| Data items |
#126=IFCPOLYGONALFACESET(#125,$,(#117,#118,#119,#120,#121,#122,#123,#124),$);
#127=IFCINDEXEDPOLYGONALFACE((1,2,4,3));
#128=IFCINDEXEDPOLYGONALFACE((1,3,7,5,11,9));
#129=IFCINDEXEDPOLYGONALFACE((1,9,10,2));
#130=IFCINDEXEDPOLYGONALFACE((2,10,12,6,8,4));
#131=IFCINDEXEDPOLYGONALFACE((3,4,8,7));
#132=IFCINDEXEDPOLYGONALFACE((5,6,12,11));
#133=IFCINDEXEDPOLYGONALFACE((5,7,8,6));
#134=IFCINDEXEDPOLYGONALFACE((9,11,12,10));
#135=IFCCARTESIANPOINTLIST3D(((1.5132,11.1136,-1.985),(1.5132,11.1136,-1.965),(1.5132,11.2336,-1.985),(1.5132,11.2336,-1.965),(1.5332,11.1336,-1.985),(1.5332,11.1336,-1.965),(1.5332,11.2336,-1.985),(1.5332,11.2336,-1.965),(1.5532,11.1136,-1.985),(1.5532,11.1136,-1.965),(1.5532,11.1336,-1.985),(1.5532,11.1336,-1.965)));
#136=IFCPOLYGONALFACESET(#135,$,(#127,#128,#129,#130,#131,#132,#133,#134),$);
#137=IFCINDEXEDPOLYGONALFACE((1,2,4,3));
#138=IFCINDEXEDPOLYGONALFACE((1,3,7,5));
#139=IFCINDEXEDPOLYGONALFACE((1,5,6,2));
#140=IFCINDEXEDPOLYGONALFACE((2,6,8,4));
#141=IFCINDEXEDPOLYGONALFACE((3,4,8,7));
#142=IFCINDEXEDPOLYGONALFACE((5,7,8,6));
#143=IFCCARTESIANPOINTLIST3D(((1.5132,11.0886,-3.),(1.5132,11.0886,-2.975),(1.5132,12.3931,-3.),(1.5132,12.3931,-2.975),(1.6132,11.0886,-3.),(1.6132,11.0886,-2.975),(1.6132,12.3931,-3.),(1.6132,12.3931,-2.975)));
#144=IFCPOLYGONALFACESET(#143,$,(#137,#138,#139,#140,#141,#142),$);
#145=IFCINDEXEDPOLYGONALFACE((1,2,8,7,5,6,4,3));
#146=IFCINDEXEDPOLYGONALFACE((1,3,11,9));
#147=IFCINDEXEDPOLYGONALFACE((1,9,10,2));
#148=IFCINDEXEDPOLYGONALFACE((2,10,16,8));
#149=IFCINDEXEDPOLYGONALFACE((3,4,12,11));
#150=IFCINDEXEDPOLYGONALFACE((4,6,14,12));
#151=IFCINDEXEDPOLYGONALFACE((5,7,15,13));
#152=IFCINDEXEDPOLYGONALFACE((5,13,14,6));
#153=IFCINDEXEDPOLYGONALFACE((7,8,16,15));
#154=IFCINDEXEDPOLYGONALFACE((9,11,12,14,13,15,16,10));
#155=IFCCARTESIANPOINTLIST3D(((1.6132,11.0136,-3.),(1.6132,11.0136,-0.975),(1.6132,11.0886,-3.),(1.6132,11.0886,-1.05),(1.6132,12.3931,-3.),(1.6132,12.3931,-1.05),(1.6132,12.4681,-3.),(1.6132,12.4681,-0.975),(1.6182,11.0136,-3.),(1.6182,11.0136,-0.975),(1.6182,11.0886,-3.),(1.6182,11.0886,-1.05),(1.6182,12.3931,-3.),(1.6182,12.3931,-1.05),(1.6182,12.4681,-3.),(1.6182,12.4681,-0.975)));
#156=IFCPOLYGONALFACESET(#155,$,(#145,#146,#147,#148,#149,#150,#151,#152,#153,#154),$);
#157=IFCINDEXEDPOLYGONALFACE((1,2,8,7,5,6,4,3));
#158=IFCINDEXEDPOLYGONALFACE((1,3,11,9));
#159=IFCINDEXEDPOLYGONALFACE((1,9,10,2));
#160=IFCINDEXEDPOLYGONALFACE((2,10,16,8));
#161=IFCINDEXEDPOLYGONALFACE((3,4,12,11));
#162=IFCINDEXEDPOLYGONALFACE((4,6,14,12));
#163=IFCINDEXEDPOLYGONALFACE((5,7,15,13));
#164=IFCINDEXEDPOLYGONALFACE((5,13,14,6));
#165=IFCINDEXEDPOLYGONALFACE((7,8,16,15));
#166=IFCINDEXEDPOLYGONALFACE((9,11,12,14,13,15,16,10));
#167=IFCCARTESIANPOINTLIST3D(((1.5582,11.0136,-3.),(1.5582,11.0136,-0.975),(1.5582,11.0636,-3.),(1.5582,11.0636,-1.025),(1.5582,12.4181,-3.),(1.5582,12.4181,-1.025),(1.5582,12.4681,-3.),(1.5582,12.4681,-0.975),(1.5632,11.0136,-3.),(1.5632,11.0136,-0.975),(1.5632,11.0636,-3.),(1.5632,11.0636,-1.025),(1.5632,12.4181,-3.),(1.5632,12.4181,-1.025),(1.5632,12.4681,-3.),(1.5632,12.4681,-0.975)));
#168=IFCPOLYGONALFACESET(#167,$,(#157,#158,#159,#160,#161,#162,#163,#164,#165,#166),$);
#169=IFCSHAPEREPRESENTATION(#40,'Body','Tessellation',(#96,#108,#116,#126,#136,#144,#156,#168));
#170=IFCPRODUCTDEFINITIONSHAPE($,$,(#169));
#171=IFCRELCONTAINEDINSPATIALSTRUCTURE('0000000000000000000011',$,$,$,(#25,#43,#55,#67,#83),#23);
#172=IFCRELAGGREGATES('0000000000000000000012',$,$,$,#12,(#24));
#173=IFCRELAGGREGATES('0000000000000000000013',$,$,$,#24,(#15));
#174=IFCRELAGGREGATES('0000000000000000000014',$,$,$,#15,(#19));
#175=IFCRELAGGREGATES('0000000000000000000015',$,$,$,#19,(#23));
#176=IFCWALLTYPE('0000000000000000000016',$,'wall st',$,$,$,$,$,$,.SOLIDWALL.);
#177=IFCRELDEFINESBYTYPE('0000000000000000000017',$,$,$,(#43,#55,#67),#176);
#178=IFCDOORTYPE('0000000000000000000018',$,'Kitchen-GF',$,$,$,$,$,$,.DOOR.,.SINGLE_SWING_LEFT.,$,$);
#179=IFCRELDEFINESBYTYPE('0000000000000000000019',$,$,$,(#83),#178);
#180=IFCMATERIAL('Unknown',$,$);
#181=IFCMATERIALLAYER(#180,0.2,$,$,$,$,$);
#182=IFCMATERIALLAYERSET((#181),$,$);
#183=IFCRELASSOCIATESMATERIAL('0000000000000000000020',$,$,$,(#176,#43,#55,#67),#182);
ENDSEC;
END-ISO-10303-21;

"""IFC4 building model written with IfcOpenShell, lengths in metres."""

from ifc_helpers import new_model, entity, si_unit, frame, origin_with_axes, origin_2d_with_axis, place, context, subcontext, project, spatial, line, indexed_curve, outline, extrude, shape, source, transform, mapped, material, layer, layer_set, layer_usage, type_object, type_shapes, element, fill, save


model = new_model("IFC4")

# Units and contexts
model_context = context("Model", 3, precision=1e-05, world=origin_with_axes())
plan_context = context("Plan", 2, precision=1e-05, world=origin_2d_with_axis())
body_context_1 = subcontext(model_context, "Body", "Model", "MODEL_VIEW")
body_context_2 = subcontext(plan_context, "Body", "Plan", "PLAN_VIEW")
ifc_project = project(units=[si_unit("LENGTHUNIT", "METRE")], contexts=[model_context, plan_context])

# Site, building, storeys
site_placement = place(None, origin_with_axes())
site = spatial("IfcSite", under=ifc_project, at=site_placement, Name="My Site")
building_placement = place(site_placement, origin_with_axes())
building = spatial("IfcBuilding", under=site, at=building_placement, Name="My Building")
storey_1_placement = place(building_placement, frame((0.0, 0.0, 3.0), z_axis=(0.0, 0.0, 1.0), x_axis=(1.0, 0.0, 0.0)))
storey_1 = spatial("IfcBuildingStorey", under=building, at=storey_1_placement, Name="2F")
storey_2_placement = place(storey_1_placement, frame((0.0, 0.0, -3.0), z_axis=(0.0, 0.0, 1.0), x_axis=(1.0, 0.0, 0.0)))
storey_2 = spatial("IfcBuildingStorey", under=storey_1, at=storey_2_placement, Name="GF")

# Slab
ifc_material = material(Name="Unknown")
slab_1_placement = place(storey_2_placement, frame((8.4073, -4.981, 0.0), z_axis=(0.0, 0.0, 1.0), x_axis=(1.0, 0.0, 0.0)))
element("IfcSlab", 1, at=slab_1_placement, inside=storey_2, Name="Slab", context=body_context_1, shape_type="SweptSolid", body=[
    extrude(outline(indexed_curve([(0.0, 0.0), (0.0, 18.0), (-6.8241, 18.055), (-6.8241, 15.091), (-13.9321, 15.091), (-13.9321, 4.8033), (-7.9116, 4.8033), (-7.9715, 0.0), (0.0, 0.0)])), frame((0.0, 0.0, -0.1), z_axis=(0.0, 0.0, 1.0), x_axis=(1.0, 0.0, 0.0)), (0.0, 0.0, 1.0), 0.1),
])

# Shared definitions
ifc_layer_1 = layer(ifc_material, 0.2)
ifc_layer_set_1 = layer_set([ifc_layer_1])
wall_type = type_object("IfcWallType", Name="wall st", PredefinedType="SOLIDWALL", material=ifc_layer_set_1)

| EXERCISE BRIEF |
Write out only the lines that run from the line containing "#141=IFCINDEXEDPOLYGONALFACE((3,4,8,7));" through the line containing "#166=IFCINDEXEDPOLYGONALFACE((9,11,12,14,13,15,16,10));", both included, exactly as they appear above.

| ANSWER |
#141=IFCINDEXEDPOLYGONALFACE((3,4,8,7));
#142=IFCINDEXEDPOLYGONALFACE((5,7,8,6));
#143=IFCCARTESIANPOINTLIST3D(((1.5132,11.0886,-3.),(1.5132,11.0886,-2.975),(1.5132,12.3931,-3.),(1.5132,12.3931,-2.975),(1.6132,11.0886,-3.),(1.6132,11.0886,-2.975),(1.6132,12.3931,-3.),(1.6132,12.3931,-2.975)));
#144=IFCPOLYGONALFACESET(#143,$,(#137,#138,#139,#140,#141,#142),$);
#145=IFCINDEXEDPOLYGONALFACE((1,2,8,7,5,6,4,3));
#146=IFCINDEXEDPOLYGONALFACE((1,3,11,9));
#147=IFCINDEXEDPOLYGONALFACE((1,9,10,2));
#148=IFCINDEXEDPOLYGONALFACE((2,10,16,8));
#149=IFCINDEXEDPOLYGONALFACE((3,4,12,11));
#150=IFCINDEXEDPOLYGONALFACE((4,6,14,12));
#151=IFCINDEXEDPOLYGONALFACE((5,7,15,13));
#152=IFCINDEXEDPOLYGONALFACE((5,13,14,6));
#153=IFCINDEXEDPOLYGONALFACE((7,8,16,15));
#154=IFCINDEXEDPOLYGONALFACE((9,11,12,14,13,15,16,10));
#155=IFCCARTESIANPOINTLIST3D(((1.6132,11.0136,-3.),(1.6132,11.0136,-0.975),(1.6132,11.0886,-3.),(1.6132,11.0886,-1.05),(1.6132,12.3931,-3.),(1.6132,12.3931,-1.05),(1.6132,12.4681,-3.),(1.6132,12.4681,-0.975),(1.6182,11.0136,-3.),(1.6182,11.0136,-0.975),(1.6182,11.0886,-3.),(1.6182,11.0886,-1.05),(1.6182,12.3931,-3.),(1.6182,12.3931,-1.05),(1.6182,12.4681,-3.),(1.6182,12.4681,-0.975)));
#156=IFCPOLYGONALFACESET(#155,$,(#145,#146,#147,#148,#149,#150,#151,#152,#153,#154),$);
#157=IFCINDEXEDPOLYGONALFACE((1,2,8,7,5,6,4,3));
#158=IFCINDEXEDPOLYGONALFACE((1,3,11,9));
#159=IFCINDEXEDPOLYGONALFACE((1,9,10,2));
#160=IFCINDEXEDPOLYGONALFACE((2,10,16,8));
#161=IFCINDEXEDPOLYGONALFACE((3,4,12,11));
#162=IFCINDEXEDPOLYGONALFACE((4,6,14,12));
#163=IFCINDEXEDPOLYGONALFACE((5,7,15,13));
#164=IFCINDEXEDPOLYGONALFACE((5,13,14,6));
#165=IFCINDEXEDPOLYGONALFACE((7,8,16,15));
#166=IFCINDEXEDPOLYGONALFACE((9,11,12,14,13,15,16,10));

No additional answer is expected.